- **DESCRIPTION OF THE TASK**
Check every line of the data below for the word "IFCLINEINDEX". Copy the ones that have it.

BEGIN

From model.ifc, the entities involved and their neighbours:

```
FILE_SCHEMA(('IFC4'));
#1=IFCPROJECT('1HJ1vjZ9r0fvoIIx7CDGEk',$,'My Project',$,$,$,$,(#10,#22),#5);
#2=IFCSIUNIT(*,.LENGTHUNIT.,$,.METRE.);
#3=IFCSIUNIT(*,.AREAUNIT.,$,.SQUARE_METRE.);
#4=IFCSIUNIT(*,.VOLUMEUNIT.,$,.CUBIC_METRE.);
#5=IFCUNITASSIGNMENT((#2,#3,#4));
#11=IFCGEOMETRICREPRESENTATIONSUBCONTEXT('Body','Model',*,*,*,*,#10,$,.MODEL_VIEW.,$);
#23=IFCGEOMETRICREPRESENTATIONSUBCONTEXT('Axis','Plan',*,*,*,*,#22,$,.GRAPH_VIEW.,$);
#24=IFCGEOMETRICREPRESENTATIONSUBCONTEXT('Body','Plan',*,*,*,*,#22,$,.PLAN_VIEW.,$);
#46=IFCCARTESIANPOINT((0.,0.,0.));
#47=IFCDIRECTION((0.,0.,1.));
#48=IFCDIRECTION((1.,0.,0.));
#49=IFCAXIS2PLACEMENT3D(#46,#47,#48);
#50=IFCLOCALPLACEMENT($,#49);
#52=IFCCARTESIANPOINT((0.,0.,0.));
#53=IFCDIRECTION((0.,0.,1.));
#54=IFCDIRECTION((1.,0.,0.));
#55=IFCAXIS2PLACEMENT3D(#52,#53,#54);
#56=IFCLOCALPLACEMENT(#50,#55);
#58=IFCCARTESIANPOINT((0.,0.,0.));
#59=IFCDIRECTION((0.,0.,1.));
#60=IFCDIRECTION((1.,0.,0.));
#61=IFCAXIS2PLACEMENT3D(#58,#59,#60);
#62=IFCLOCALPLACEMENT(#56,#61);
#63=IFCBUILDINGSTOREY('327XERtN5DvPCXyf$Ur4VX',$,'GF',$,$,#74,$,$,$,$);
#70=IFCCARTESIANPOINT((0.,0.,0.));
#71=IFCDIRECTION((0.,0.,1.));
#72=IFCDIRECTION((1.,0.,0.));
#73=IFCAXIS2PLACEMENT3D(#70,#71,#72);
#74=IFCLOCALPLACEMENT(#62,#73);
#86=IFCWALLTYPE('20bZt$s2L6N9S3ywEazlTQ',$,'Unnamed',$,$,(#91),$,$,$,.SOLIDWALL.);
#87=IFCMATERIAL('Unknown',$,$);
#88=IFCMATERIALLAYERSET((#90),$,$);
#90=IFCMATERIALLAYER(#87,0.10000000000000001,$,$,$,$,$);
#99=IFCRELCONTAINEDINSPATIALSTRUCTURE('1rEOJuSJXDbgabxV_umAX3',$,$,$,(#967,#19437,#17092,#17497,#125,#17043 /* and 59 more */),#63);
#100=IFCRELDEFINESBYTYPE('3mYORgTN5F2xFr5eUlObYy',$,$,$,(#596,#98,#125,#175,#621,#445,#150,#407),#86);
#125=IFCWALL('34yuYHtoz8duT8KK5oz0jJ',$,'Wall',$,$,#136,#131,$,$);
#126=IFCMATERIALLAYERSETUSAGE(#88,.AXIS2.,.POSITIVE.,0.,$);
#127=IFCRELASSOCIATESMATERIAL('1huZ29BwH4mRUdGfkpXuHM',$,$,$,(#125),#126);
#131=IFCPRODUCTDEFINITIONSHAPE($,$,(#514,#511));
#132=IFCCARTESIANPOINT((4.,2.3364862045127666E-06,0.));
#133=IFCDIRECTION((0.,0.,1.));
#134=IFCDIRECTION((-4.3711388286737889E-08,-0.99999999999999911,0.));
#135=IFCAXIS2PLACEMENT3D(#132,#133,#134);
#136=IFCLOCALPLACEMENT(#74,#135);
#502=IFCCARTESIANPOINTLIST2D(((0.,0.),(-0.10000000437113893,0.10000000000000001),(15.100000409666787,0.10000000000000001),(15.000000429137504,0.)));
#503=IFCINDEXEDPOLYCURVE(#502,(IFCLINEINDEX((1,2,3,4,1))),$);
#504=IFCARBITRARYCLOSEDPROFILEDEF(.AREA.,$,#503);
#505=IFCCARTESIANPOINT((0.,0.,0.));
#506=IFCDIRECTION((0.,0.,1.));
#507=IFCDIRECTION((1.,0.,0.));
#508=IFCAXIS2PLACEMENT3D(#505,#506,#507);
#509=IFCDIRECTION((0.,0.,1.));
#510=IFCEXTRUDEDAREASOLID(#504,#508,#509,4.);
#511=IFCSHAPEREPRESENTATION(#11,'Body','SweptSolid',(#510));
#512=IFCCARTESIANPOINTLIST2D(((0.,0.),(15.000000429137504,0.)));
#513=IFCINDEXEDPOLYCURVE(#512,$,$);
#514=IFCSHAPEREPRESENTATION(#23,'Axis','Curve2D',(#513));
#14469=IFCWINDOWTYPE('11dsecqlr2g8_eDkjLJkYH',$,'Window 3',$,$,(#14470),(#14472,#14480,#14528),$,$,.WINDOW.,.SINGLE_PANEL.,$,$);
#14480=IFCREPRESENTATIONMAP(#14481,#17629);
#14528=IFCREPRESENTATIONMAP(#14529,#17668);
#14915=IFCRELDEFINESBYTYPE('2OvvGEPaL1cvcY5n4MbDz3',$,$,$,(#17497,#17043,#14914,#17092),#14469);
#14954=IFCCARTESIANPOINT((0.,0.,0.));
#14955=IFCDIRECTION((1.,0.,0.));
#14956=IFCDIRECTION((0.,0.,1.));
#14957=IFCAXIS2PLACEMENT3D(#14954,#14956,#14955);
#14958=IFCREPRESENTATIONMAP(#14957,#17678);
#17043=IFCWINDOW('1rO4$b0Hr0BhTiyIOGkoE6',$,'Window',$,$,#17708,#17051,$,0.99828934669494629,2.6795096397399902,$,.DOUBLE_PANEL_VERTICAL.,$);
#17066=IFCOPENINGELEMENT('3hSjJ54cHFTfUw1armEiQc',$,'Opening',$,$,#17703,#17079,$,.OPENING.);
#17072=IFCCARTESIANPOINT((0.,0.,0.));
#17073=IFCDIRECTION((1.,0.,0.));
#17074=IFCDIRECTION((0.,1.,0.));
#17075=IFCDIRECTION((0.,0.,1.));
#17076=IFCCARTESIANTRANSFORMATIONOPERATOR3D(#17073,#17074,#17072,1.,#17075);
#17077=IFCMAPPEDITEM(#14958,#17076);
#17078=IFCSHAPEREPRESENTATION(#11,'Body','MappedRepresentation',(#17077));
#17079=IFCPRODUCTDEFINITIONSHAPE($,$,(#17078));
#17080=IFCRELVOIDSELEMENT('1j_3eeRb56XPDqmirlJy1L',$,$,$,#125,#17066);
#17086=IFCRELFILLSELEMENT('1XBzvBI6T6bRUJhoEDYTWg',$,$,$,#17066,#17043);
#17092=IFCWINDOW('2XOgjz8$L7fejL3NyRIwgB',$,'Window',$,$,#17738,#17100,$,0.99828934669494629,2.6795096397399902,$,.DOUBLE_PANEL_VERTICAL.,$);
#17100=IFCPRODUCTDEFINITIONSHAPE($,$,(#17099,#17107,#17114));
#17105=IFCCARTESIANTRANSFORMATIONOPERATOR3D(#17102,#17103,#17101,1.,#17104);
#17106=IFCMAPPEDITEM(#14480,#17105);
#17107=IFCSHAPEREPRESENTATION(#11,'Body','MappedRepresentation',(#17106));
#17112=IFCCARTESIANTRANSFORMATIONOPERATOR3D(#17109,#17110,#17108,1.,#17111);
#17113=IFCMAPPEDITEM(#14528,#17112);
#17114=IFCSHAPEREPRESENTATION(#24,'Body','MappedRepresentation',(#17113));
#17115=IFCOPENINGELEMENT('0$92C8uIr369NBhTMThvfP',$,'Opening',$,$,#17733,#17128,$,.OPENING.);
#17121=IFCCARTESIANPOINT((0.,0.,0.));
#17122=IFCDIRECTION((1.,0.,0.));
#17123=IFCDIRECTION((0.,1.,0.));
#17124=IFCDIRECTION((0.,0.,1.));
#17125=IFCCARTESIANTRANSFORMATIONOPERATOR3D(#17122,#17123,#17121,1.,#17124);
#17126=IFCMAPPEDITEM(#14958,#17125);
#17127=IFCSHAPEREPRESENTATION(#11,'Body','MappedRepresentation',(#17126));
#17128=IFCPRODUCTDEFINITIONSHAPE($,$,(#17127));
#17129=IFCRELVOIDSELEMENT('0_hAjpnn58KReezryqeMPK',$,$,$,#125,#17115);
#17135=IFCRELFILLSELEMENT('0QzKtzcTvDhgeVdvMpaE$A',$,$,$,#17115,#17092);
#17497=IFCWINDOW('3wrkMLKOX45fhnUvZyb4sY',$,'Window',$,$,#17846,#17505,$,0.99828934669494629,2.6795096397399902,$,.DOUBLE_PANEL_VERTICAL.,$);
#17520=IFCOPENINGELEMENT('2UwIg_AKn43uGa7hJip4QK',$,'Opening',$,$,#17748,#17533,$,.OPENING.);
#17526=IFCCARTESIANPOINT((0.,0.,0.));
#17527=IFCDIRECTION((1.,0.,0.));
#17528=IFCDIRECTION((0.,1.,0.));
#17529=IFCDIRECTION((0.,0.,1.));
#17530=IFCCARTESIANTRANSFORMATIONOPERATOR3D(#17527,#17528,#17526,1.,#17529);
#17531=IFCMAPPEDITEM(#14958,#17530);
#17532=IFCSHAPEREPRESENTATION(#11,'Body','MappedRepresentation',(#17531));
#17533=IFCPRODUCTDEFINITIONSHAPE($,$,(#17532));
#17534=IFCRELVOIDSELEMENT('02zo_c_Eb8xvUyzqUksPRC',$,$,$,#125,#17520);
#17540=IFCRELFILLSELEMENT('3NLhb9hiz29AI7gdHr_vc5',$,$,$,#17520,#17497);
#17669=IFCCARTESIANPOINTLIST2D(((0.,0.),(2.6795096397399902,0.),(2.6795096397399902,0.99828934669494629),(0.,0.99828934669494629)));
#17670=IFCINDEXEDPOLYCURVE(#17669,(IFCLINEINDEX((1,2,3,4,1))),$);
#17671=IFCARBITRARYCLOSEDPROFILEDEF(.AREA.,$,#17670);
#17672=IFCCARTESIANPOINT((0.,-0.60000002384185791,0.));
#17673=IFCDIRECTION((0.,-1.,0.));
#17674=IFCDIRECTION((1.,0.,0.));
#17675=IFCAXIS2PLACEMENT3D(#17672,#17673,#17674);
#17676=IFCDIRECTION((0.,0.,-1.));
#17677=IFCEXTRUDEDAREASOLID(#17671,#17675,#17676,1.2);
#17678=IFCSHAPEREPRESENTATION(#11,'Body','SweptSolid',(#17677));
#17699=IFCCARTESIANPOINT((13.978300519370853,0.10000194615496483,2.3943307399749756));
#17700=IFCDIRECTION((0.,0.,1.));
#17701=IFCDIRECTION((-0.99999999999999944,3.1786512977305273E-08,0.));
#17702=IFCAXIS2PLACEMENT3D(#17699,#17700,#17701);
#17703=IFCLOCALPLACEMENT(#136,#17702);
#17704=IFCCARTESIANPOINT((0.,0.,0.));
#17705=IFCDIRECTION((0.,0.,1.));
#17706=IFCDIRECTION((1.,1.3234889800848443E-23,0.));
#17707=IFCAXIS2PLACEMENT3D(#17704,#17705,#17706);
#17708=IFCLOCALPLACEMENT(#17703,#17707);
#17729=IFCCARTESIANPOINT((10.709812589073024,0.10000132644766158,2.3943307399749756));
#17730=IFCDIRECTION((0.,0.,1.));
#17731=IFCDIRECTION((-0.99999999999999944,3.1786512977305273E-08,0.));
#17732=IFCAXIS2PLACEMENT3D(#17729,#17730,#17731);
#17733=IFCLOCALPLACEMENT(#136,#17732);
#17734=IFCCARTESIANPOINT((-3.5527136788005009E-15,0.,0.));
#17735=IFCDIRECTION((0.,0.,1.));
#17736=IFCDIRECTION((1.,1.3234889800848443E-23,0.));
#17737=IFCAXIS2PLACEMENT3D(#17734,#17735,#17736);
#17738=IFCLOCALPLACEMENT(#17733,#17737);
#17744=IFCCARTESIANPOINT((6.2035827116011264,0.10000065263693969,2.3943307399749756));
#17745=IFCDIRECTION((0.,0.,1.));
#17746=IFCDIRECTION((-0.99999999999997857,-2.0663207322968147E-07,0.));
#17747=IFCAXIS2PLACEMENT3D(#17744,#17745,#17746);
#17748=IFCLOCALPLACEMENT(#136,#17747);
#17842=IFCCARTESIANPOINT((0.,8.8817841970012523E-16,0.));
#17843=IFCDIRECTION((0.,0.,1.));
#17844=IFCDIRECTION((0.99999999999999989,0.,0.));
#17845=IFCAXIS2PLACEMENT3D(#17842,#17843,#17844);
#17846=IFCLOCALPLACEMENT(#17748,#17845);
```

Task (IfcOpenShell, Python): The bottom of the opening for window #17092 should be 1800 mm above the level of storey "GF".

```python
import numpy as np
import ifcopenshell
import ifcopenshell.api.geometry
import ifcopenshell.geom
import ifcopenshell.util.element
import ifcopenshell.util.placement
import ifcopenshell.util.shape
import ifcopenshell.util.unit

model = ifcopenshell.open("model.ifc")
unit_scale = ifcopenshell.util.unit.calculate_unit_scale(model)

window = model.by_guid("2XOgjz8$L7fejL3NyRIwgB")
opening = window.FillsVoids[0].RelatingOpeningElement
storey = ifcopenshell.util.element.get_container(window, ifc_class="IfcBuildingStorey")
level = ifcopenshell.util.placement.get_local_placement(storey.ObjectPlacement)[2, 3]

# The opening's origin need not be at the sill, so measure its lowest point.
shape = ifcopenshell.geom.create_shape(ifcopenshell.geom.settings(), opening)
bottom = ifcopenshell.util.shape.get_shape_bottom_elevation(shape, shape.geometry) / unit_scale
dz = level + 1.8 / unit_scale - bottom

shift = np.array([0.0, 0.0, dz])
# The window is placed relative to its opening, so it follows when the opening moves.
matrix = ifcopenshell.util.placement.get_local_placement(opening.ObjectPlacement)
matrix[:3, 3] += shift
ifcopenshell.api.geometry.edit_object_placement(
    model, product=opening, matrix=matrix, is_si=False, should_transform_children=True
)

print(f"moved by {dz * unit_scale:+.3f} m")

model.write("model_rev.ifc")
```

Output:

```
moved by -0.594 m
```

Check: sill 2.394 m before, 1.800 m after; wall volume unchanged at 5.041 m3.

END

- **RESULT FOR THIS EXERCISE**
#503=IFCINDEXEDPOLYCURVE(#502,(IFCLINEINDEX((1,2,3,4,1))),$);
#17670=IFCINDEXEDPOLYCURVE(#17669,(IFCLINEINDEX((1,2,3,4,1))),$);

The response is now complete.